Every line of the entries below that includes "SIPs" belongs in the answer, copied as written.

Saved entries
- - -

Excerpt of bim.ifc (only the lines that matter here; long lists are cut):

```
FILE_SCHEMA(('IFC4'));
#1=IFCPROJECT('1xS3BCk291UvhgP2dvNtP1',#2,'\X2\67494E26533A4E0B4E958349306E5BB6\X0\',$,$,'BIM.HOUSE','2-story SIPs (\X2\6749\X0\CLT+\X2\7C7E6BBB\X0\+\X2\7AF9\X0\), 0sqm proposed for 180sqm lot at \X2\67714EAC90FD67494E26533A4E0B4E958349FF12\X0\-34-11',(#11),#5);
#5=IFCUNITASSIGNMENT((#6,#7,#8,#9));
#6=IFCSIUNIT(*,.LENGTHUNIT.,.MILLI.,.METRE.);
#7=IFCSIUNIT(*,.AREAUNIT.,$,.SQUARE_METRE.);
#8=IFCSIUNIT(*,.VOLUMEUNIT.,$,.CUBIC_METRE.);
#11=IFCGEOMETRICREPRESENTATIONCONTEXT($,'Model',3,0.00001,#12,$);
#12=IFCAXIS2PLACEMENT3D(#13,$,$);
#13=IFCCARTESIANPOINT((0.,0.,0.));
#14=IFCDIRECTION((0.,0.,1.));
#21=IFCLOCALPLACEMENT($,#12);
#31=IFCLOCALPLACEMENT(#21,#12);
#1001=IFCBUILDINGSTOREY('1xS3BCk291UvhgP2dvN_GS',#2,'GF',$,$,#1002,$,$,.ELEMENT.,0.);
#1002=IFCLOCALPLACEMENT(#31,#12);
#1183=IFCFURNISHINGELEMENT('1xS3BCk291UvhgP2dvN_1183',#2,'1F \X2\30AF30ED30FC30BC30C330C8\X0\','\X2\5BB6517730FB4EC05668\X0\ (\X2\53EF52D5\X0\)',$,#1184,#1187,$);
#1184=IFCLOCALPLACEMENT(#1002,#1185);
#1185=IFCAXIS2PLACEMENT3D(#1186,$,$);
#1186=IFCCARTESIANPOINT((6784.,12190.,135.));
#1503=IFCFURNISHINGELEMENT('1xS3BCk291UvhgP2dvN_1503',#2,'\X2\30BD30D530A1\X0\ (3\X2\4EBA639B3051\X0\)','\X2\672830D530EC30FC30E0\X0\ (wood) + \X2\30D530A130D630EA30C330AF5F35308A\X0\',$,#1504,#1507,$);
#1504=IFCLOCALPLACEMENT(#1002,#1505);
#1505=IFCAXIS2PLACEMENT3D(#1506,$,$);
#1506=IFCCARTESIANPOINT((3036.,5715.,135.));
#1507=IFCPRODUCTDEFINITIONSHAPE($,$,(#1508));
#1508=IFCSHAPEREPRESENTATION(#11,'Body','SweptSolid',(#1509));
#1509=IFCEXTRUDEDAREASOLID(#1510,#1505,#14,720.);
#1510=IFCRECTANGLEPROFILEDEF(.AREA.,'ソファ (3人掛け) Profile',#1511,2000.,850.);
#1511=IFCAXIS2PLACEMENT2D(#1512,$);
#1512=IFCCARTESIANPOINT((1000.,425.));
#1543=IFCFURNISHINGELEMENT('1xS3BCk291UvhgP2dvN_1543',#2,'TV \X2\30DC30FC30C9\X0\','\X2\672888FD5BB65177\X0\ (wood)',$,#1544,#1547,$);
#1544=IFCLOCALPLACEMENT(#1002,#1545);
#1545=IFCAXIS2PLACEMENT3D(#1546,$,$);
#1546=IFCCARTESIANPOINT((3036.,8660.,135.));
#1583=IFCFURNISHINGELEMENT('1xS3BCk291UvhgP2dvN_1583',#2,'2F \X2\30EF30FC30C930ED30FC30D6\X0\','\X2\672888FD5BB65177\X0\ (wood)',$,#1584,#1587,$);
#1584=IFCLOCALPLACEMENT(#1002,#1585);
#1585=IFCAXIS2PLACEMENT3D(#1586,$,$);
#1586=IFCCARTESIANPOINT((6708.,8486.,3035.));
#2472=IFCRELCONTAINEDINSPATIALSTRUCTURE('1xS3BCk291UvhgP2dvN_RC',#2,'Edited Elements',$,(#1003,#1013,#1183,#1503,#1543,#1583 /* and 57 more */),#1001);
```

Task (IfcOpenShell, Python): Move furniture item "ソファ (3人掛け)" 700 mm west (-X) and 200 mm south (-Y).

```python
import ifcopenshell
import ifcopenshell.api.geometry
import ifcopenshell.util.placement
import ifcopenshell.util.unit

model = ifcopenshell.open("bim.ifc")
unit_scale = ifcopenshell.util.unit.calculate_unit_scale(model)

item = model.by_id(1503)
matrix = ifcopenshell.util.placement.get_local_placement(item.ObjectPlacement)
matrix[0, 3] -= 0.7 / unit_scale
matrix[1, 3] -= 0.2 / unit_scale
ifcopenshell.api.geometry.edit_object_placement(model, product=item, matrix=matrix, is_si=False)

print(ifcopenshell.util.placement.get_local_placement(item.ObjectPlacement).round(3) + 0.0)

model.write("bim_rev.ifc")
```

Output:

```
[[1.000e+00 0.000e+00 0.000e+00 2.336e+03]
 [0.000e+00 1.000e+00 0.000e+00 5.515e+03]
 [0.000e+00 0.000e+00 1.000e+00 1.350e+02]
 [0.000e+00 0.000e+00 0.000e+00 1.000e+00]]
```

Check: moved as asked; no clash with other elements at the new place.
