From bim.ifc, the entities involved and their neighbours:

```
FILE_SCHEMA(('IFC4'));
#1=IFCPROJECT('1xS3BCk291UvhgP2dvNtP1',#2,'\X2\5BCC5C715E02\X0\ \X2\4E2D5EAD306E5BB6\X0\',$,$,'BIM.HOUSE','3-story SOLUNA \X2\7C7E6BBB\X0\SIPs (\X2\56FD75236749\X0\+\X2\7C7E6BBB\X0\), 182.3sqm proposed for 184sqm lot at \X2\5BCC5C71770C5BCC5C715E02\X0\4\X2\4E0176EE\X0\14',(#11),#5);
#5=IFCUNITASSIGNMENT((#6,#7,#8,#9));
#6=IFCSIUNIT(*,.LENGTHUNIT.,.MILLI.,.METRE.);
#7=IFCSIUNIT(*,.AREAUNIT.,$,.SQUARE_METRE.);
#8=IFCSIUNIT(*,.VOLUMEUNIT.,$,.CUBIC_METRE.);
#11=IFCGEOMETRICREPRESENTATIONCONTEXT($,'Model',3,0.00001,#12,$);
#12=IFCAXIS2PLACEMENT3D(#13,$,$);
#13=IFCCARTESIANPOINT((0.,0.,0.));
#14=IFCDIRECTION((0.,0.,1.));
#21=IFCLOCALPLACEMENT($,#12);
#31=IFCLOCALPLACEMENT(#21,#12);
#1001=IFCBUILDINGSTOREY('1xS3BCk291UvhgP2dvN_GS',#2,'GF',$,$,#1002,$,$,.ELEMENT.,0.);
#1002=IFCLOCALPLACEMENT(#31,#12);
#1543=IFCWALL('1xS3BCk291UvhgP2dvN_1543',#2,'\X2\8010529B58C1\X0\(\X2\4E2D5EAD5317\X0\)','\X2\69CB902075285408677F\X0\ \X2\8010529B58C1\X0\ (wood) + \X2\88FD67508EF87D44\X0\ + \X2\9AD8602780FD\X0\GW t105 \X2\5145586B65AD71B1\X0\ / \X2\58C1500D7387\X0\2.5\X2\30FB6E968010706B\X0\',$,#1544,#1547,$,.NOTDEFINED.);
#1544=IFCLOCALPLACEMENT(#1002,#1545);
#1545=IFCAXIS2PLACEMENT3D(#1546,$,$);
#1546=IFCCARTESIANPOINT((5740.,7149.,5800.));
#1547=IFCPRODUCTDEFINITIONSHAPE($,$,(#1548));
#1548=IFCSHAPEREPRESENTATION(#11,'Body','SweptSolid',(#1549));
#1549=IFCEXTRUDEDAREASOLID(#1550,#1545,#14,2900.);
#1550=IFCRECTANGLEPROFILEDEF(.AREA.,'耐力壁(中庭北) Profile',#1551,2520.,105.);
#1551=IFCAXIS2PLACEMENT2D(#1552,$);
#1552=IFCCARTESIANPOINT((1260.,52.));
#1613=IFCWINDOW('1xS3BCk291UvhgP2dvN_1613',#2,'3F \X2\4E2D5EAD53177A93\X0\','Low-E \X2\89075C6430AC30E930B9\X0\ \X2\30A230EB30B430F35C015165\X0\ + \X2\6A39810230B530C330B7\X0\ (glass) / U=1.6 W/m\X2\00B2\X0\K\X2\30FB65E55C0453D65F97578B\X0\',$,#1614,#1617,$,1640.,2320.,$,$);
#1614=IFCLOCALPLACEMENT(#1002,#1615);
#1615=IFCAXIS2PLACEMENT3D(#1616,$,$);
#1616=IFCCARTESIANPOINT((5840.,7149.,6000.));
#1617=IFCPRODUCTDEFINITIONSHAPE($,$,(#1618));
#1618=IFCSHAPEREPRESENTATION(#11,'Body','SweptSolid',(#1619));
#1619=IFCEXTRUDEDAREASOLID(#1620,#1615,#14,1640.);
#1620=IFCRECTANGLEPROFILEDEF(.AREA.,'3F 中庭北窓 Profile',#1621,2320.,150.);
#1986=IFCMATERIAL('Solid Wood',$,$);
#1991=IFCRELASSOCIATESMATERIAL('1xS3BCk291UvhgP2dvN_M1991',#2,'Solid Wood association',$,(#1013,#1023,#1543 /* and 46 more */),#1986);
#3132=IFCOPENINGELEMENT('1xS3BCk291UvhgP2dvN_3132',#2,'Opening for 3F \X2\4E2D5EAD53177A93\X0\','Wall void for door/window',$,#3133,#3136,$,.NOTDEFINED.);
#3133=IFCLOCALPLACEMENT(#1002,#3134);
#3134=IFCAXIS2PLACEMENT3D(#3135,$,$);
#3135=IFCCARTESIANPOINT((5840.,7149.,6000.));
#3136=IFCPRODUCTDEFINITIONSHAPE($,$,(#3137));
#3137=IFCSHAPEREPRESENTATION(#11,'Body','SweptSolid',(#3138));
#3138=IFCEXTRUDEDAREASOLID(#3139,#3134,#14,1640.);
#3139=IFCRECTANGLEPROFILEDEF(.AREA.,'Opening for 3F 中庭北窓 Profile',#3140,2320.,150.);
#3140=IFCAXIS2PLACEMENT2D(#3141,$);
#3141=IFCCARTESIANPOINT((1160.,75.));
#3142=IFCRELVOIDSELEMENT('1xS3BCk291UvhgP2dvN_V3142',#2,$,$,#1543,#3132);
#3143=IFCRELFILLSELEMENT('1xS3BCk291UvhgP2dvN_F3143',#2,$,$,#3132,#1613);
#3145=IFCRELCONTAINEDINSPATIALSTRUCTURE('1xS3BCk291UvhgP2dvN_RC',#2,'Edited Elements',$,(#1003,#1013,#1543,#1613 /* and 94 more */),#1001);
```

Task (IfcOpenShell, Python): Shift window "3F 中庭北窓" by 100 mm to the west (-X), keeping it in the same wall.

```python
import ifcopenshell
import ifcopenshell.api.geometry
import ifcopenshell.util.placement

model = ifcopenshell.open("bim.ifc")

window = model.by_id(1613)
opening = window.FillsVoids[0].RelatingOpeningElement
wall = opening.VoidsElements[0].RelatingBuildingElement

wall_matrix = ifcopenshell.util.placement.get_local_placement(wall.ObjectPlacement)
shift = wall_matrix[:3, 0] * -100.0
before = ifcopenshell.util.placement.get_local_placement(window.ObjectPlacement)[:3, 3].copy()

# The window is not placed relative to its opening, so move both.
for product in (opening, window):
    matrix = ifcopenshell.util.placement.get_local_placement(product.ObjectPlacement)
    matrix[:3, 3] += shift
    ifcopenshell.api.geometry.edit_object_placement(model, product=product, matrix=matrix, is_si=False)

after = ifcopenshell.util.placement.get_local_placement(window.ObjectPlacement)[:3, 3]
print("window moved by", (after - before).round(3) + 0.0)

model.write("bim_updated.ifc")
```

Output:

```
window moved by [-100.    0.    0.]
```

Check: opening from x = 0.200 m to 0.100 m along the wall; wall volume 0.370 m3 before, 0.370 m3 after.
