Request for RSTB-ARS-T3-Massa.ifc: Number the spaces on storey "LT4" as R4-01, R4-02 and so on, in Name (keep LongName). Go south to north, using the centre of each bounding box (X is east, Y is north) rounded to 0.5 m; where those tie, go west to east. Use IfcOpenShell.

First a look at what the model holds.

```python
import ifcopenshell
import ifcopenshell.util.element
import ifcopenshell.util.placement

model = ifcopenshell.open("RSTB-ARS-T3-Massa.ifc")
print(model.schema)
storey = next(s for s in model.by_type("IfcBuildingStorey") if s.Name == "LT4")
spaces = [e for e in ifcopenshell.util.element.get_decomposition(storey) if e.is_a("IfcSpace")]
for e in sorted(spaces, key=lambda e: e.id()):
    origin = ifcopenshell.util.placement.get_local_placement(e.ObjectPlacement)[:3, 3]
    print(e.id(), e.Name, e.LongName, origin.round(2) + 0.0, sep=" | ")
```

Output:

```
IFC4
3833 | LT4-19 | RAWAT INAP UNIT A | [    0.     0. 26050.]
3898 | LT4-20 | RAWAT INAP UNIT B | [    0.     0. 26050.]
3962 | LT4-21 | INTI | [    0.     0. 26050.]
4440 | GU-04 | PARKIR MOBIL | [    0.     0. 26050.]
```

```python
import ifcopenshell
import ifcopenshell.geom
import ifcopenshell.util.element
import ifcopenshell.util.shape

model = ifcopenshell.open("RSTB-ARS-T3-Massa.ifc")
settings = ifcopenshell.geom.settings()
settings.set("use-world-coords", True)


def centre(element):
    shape = ifcopenshell.geom.create_shape(settings, element)
    return ifcopenshell.util.shape.get_bbox_centroid(shape.geometry)


storey = next(s for s in model.by_type("IfcBuildingStorey") if s.Name == "LT4")
spaces = [e for e in ifcopenshell.util.element.get_decomposition(storey) if e.is_a("IfcSpace")]

# Insertion points can sit at a corner or the storey origin, so sort by the geometry (in metres).
centres = {e: centre(e) for e in spaces}
spaces.sort(key=lambda e: (round(centres[e][1] / 0.5), centres[e][0]))

for i, e in enumerate(spaces, start=1):
    number = f"R4-{i:02d}"
    e.Name = number
    print(e.id(), number)

model.write("RSTB-ARS-T3-Massa_rev.ifc")
```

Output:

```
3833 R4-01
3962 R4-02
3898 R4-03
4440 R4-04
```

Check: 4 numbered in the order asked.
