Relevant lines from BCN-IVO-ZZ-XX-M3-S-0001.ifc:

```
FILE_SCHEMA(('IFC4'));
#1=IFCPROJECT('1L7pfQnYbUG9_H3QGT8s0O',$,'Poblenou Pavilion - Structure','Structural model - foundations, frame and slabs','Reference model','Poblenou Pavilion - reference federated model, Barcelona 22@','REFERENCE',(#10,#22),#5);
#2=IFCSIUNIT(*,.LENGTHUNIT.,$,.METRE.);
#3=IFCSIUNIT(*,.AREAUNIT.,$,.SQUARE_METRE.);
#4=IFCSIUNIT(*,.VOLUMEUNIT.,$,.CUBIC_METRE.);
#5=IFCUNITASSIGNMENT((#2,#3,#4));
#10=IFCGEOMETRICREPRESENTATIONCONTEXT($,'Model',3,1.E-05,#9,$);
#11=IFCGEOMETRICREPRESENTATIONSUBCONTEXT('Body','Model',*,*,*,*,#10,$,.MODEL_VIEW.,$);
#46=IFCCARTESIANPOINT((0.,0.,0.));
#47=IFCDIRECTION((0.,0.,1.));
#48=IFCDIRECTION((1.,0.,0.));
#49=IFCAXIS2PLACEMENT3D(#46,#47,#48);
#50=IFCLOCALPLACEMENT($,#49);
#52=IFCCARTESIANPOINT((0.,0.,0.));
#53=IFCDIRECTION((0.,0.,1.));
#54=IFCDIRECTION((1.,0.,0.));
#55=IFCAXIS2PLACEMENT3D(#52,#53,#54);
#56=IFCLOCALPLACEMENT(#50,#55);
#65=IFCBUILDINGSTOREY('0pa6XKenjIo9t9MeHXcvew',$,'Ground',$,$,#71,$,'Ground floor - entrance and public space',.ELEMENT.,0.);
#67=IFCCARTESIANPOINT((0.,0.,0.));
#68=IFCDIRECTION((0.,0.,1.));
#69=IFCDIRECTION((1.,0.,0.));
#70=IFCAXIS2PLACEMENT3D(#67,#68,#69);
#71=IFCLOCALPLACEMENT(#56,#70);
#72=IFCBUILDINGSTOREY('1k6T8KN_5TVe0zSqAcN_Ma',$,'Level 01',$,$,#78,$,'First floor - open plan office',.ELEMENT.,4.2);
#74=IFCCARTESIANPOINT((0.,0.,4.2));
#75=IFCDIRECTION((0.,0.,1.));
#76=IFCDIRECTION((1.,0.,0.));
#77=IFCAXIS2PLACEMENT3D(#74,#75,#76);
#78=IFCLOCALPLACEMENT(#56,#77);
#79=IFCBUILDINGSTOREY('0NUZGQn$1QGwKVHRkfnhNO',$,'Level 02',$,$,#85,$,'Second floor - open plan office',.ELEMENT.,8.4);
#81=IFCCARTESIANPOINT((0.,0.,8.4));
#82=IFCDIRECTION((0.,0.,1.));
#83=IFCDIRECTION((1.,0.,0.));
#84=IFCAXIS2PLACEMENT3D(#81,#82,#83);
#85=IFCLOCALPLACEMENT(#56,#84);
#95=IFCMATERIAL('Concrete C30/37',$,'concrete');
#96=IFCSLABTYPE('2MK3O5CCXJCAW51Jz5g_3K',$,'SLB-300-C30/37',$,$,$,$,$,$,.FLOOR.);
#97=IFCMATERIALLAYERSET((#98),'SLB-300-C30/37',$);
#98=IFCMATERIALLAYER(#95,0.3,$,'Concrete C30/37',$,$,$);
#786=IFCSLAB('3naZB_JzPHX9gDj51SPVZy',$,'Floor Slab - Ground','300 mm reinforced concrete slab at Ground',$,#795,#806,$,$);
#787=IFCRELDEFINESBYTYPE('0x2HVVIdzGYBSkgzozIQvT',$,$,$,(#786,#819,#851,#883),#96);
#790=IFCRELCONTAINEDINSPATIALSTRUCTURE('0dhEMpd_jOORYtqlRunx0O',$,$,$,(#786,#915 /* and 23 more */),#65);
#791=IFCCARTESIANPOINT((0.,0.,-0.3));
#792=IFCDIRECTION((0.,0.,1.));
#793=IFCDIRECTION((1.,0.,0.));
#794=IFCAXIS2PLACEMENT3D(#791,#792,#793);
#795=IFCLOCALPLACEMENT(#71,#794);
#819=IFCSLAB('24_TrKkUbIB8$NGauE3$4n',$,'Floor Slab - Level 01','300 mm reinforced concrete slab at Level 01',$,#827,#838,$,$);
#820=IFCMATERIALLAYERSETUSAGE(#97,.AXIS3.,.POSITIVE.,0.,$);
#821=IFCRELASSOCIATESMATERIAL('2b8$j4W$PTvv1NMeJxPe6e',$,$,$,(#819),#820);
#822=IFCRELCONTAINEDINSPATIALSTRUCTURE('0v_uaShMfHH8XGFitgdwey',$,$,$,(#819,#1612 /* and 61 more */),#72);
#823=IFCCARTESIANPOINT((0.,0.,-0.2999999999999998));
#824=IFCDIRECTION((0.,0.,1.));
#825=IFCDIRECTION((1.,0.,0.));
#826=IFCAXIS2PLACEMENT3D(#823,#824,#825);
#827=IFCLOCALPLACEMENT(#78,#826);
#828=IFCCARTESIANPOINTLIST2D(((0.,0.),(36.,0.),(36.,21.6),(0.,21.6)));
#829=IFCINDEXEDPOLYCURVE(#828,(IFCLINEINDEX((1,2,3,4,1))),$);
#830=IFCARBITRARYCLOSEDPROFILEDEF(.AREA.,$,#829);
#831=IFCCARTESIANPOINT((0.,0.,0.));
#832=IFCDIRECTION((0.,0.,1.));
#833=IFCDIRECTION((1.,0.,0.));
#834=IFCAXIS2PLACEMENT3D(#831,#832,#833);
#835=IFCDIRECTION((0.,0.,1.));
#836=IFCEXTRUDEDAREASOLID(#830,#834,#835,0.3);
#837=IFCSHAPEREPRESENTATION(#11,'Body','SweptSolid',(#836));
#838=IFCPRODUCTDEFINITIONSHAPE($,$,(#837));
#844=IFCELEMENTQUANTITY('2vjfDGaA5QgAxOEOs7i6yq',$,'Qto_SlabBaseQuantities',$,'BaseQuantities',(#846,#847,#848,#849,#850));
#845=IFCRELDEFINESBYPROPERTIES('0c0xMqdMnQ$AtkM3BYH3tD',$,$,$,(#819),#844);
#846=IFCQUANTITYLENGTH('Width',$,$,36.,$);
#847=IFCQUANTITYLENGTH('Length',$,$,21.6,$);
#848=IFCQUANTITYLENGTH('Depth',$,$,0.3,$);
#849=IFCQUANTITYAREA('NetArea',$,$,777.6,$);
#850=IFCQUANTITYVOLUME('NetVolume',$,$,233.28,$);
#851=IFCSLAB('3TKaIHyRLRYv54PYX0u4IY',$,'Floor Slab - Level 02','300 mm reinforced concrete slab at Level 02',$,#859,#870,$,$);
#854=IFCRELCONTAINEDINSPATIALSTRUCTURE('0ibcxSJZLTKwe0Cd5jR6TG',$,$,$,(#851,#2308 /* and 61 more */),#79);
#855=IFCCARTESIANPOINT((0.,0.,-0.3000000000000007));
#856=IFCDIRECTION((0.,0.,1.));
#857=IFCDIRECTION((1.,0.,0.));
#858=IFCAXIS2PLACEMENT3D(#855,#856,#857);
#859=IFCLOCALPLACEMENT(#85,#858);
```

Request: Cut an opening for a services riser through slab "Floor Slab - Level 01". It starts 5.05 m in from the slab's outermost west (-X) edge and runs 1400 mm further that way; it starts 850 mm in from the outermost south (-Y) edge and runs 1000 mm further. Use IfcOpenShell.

```python
import numpy as np
import ifcopenshell
import ifcopenshell.api.feature
import ifcopenshell.api.geometry
import ifcopenshell.api.pset
import ifcopenshell.api.root
import ifcopenshell.geom
import ifcopenshell.util.element
import ifcopenshell.util.placement
import ifcopenshell.util.representation
import ifcopenshell.util.shape
import ifcopenshell.util.unit

model = ifcopenshell.open("BCN-IVO-ZZ-XX-M3-S-0001.ifc")
unit_scale = ifcopenshell.util.unit.calculate_unit_scale(model)
area_scale = ifcopenshell.util.unit.calculate_unit_scale(model, "AREAUNIT")
volume_scale = ifcopenshell.util.unit.calculate_unit_scale(model, "VOLUMEUNIT")
settings = ifcopenshell.geom.settings()


def volume(element):
    """Net volume in cubic metres, openings subtracted."""
    shape = ifcopenshell.geom.create_shape(settings, element)
    return ifcopenshell.util.shape.get_volume(shape.geometry)


slab = model.by_guid("24_TrKkUbIB8$NGauE3$4n")
before = volume(slab)

# Extent in the slab's own axes, in metres. The edges named are its -X and -Y sides.
slab_shape = ifcopenshell.geom.create_shape(settings, slab)
vertices = ifcopenshell.util.shape.get_vertices(slab_shape.geometry)
x_min, y_min, bottom = vertices.min(axis=0)
top = vertices[:, 2].max()

opening = ifcopenshell.api.root.create_entity(model, ifc_class="IfcOpeningElement", name="Services riser opening", predefined_type="OPENING")
context = ifcopenshell.util.representation.get_context(model, "Model", "Body", "MODEL_VIEW")
width, depth = 1.4, 1
outline = [(0.0, 0.0), (width, 0.0), (width, depth), (0.0, depth), (0.0, 0.0)]
# Overshoot both faces by 50 mm so the cut is clean.
shape = ifcopenshell.api.geometry.add_slab_representation(
    model, context=context, depth=top - bottom + 0.1, polyline=outline
)
ifcopenshell.api.geometry.assign_representation(model, product=opening, representation=shape)

matrix = ifcopenshell.util.placement.get_local_placement(slab.ObjectPlacement)
matrix[:, 3] = matrix @ np.append(np.array([x_min + 5.05, y_min + 0.85, bottom - 0.05]) / unit_scale, 1.0)
ifcopenshell.api.geometry.edit_object_placement(model, product=opening, matrix=matrix, is_si=False)
ifcopenshell.api.feature.add_feature(model, feature=opening, element=slab)

after = volume(slab)

# Update the slab's stored quantities.
qto = model.by_id(ifcopenshell.util.element.get_pset(slab, "Qto_SlabBaseQuantities", should_inherit=False)["id"])
ifcopenshell.api.pset.edit_qto(model, qto=qto, properties={
    "NetArea": after / (top - bottom) / area_scale,
    "NetVolume": after / volume_scale,
})

print(f"slab volume {before:.3f} -> {after:.3f} m3")

model.write("BCN-IVO-ZZ-XX-M3-S-0001-out.ifc")
```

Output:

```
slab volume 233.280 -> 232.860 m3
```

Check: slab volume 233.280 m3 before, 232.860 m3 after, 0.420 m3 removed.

- - -

ANSWER FOR THIS EXERCISE:
#1=IFCPROJECT('1xS3BCk291UvhgP2dvNtP1',#2,'\X2\67494E26533A4E0B4E958349306E5BB6\X0\',$,$,'BIM.HOUSE','2-story SIPs (\X2\6749\X0\CLT+\X2\7C7E6BBB\X0\+\X2\7AF9\X0\), 0sqm proposed for 180sqm lot at \X2\67714EAC90FD67494E26533A4E0B4E958349FF12\X0\-34-11',(#11),#5);
#1=IFCPROJECT('1xS3BCk291UvhgP2dvNtP1',#2,'\X2\5BCC5C715E02\X0\ \X2\4E2D5EAD306E5BB6\X0\',$,$,'BIM.HOUSE','3-story SOLUNA \X2\7C7E6BBB\X0\SIPs (\X2\56FD75236749\X0\+\X2\7C7E6BBB\X0\), 182.3sqm proposed for 184sqm lot at \X2\5BCC5C71770C5BCC5C715E02\X0\4\X2\4E0176EE\X0\14',(#11),#5);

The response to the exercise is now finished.